What needs to be done: Where does the string "IFCINDEXEDPOLYGONALFACE" appear in the material? Copy each line that holds it.

Task inputs:
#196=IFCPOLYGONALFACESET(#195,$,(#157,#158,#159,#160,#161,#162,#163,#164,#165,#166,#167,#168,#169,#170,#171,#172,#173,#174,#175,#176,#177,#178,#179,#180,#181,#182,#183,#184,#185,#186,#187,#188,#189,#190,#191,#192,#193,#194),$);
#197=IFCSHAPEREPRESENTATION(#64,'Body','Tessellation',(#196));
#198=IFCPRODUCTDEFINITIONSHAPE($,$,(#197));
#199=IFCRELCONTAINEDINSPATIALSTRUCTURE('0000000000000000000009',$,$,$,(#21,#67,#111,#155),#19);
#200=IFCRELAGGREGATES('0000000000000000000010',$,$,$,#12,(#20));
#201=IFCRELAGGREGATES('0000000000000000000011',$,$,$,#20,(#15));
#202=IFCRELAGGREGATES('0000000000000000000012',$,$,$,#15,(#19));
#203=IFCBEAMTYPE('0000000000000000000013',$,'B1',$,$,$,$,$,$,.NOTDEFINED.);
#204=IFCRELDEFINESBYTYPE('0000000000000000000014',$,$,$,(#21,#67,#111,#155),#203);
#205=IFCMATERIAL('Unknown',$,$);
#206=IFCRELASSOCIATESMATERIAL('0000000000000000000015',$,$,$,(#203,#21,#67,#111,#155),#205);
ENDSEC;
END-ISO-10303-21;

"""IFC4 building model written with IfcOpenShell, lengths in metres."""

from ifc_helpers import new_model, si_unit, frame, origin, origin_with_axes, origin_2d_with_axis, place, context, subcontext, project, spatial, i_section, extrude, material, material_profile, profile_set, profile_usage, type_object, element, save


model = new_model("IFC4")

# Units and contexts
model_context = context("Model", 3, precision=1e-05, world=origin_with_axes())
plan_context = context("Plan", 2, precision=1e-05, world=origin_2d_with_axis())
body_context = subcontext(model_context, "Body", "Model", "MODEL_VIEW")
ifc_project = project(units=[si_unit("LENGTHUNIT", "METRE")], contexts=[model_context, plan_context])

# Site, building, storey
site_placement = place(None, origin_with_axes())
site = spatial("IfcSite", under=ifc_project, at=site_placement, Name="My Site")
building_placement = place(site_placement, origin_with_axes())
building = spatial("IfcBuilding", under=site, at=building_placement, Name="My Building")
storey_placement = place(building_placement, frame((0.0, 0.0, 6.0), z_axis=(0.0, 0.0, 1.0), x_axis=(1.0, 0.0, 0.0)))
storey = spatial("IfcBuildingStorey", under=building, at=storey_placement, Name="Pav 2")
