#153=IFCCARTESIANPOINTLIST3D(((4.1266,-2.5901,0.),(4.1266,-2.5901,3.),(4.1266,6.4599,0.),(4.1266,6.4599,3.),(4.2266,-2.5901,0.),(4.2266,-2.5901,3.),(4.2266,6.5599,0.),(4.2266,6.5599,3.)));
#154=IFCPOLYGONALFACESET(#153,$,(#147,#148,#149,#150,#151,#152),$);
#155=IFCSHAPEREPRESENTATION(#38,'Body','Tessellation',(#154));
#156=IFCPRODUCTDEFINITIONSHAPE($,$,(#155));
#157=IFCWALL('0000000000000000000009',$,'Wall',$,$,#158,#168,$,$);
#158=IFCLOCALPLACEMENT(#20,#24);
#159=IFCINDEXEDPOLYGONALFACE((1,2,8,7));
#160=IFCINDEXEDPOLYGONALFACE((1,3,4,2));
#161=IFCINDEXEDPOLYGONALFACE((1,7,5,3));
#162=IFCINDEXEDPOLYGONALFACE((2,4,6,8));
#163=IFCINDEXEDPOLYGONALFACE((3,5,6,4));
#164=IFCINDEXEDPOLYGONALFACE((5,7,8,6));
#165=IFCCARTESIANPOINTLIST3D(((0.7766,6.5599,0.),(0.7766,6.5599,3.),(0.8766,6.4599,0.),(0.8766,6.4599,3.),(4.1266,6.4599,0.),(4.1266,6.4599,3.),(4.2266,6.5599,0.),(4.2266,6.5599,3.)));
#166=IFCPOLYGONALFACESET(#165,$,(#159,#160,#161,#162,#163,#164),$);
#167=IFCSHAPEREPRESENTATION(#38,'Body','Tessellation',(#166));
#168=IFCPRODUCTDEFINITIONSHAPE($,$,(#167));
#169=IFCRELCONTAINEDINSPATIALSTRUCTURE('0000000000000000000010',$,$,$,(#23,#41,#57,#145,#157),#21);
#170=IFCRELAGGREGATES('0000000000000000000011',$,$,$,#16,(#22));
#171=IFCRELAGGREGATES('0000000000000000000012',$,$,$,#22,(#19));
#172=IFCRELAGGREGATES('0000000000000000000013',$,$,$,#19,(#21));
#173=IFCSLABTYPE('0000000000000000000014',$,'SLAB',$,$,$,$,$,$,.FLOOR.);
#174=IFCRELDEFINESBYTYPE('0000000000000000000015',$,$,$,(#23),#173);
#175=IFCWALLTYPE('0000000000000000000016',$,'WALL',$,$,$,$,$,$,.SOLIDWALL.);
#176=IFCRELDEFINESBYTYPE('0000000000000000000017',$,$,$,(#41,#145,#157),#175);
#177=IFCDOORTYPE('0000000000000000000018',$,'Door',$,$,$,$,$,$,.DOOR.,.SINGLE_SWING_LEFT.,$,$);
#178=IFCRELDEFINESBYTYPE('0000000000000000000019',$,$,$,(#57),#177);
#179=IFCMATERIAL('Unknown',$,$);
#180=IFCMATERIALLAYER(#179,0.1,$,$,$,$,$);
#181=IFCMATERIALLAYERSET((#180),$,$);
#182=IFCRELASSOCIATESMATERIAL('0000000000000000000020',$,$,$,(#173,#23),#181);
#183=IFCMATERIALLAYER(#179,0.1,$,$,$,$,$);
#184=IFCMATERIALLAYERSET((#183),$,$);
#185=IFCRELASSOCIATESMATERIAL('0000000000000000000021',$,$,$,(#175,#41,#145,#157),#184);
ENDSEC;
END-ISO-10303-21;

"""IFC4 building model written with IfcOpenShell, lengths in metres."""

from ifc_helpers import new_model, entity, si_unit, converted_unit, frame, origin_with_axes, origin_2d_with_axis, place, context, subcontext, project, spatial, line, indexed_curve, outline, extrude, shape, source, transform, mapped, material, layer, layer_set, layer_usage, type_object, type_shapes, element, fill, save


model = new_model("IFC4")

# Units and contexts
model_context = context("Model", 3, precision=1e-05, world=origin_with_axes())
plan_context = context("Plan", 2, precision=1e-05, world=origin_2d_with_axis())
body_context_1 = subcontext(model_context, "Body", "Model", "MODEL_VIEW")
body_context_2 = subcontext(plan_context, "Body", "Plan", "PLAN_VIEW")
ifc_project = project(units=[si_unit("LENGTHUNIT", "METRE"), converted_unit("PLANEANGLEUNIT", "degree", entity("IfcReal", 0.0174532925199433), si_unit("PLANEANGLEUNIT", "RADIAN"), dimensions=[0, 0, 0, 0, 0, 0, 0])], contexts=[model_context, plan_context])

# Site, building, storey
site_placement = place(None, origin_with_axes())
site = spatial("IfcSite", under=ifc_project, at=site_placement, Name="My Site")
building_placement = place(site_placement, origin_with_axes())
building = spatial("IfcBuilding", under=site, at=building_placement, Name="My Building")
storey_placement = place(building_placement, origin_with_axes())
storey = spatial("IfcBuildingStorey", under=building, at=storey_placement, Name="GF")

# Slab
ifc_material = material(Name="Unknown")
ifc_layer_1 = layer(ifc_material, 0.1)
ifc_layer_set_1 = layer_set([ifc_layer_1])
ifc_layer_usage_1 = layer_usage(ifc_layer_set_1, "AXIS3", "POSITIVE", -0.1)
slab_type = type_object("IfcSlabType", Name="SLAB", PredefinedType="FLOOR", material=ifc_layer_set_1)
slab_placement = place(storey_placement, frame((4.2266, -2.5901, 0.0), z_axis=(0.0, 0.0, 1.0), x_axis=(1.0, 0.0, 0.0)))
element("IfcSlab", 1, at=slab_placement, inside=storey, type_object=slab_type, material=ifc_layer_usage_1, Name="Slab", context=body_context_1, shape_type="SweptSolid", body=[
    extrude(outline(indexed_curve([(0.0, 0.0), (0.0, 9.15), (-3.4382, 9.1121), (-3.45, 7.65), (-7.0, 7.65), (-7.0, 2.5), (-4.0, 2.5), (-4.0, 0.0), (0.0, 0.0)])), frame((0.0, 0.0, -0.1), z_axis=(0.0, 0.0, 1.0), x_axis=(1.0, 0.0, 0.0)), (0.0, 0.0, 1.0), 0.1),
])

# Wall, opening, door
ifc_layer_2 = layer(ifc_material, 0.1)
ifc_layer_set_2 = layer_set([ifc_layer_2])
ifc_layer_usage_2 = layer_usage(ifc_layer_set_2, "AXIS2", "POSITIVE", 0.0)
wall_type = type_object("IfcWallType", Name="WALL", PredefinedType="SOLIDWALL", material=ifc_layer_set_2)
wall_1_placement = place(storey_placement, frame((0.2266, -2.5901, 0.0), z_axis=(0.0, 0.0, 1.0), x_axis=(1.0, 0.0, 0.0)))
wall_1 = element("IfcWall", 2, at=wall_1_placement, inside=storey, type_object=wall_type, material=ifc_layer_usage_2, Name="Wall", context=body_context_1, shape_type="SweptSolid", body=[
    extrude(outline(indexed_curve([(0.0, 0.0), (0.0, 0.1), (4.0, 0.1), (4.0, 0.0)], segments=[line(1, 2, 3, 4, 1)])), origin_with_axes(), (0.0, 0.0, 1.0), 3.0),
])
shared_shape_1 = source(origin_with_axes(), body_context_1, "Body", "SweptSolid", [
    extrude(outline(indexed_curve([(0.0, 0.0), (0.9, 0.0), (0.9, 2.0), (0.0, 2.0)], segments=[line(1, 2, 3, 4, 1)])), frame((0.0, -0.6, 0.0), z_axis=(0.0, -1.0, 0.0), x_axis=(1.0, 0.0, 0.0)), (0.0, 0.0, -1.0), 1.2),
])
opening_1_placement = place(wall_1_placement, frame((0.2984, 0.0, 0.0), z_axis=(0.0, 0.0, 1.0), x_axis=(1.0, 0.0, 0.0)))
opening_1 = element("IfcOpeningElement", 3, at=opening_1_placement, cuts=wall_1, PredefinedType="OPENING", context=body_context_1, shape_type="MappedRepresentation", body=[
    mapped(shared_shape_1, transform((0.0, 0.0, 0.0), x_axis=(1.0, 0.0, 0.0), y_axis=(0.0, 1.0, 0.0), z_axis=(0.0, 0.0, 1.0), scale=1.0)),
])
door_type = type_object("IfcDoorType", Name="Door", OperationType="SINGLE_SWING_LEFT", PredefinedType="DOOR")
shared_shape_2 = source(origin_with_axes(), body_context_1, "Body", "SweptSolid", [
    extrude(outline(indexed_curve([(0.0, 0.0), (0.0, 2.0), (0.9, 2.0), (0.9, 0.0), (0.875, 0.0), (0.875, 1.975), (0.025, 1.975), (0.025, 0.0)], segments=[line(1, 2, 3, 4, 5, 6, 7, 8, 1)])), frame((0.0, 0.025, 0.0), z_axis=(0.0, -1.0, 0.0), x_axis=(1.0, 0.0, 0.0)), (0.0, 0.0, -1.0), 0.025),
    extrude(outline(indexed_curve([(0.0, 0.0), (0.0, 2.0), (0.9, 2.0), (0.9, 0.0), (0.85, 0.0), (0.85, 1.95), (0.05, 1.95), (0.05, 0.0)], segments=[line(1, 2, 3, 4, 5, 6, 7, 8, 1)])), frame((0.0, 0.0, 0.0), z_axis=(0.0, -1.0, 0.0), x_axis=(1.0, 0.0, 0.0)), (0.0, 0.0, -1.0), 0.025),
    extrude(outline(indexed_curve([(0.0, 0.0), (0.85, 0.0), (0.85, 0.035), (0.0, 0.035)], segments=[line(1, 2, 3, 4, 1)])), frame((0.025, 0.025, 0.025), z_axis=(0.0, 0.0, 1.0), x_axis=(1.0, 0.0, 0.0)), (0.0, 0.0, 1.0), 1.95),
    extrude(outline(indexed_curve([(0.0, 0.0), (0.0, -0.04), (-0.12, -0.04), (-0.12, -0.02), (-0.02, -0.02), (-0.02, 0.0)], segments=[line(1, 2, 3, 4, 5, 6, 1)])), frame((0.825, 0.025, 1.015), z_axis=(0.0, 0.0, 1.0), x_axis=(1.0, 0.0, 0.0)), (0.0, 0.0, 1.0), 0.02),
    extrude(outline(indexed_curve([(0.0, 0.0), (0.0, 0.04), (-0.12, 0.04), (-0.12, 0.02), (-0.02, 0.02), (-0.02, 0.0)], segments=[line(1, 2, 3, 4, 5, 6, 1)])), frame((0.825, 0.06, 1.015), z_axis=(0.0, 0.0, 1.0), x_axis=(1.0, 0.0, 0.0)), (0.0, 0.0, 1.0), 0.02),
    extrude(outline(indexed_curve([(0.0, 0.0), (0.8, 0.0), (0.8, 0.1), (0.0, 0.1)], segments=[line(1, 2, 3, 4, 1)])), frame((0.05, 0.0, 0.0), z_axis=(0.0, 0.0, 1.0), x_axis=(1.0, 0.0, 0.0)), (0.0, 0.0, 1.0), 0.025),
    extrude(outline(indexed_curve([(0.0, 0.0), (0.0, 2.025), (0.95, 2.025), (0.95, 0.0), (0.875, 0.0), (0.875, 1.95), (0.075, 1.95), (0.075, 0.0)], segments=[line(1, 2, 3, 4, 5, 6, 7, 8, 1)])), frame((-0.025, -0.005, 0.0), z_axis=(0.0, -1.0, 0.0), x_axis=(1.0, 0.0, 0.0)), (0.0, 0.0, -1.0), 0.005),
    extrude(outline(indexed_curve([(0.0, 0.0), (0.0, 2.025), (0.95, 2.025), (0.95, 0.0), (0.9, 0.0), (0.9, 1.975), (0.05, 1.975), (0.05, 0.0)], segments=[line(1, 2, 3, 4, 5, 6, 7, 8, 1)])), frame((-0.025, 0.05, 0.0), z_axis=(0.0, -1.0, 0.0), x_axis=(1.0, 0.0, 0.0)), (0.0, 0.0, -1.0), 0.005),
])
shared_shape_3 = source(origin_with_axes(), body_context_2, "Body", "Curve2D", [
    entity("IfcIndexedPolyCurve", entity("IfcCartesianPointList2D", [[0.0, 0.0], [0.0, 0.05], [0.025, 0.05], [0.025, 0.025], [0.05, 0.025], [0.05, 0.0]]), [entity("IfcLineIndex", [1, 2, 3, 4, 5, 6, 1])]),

Answer area:
#159=IFCINDEXEDPOLYGONALFACE((1,2,8,7));
#160=IFCINDEXEDPOLYGONALFACE((1,3,4,2));
#161=IFCINDEXEDPOLYGONALFACE((1,7,5,3));
#162=IFCINDEXEDPOLYGONALFACE((2,4,6,8));
#163=IFCINDEXEDPOLYGONALFACE((3,5,6,4));
#164=IFCINDEXEDPOLYGONALFACE((5,7,8,6));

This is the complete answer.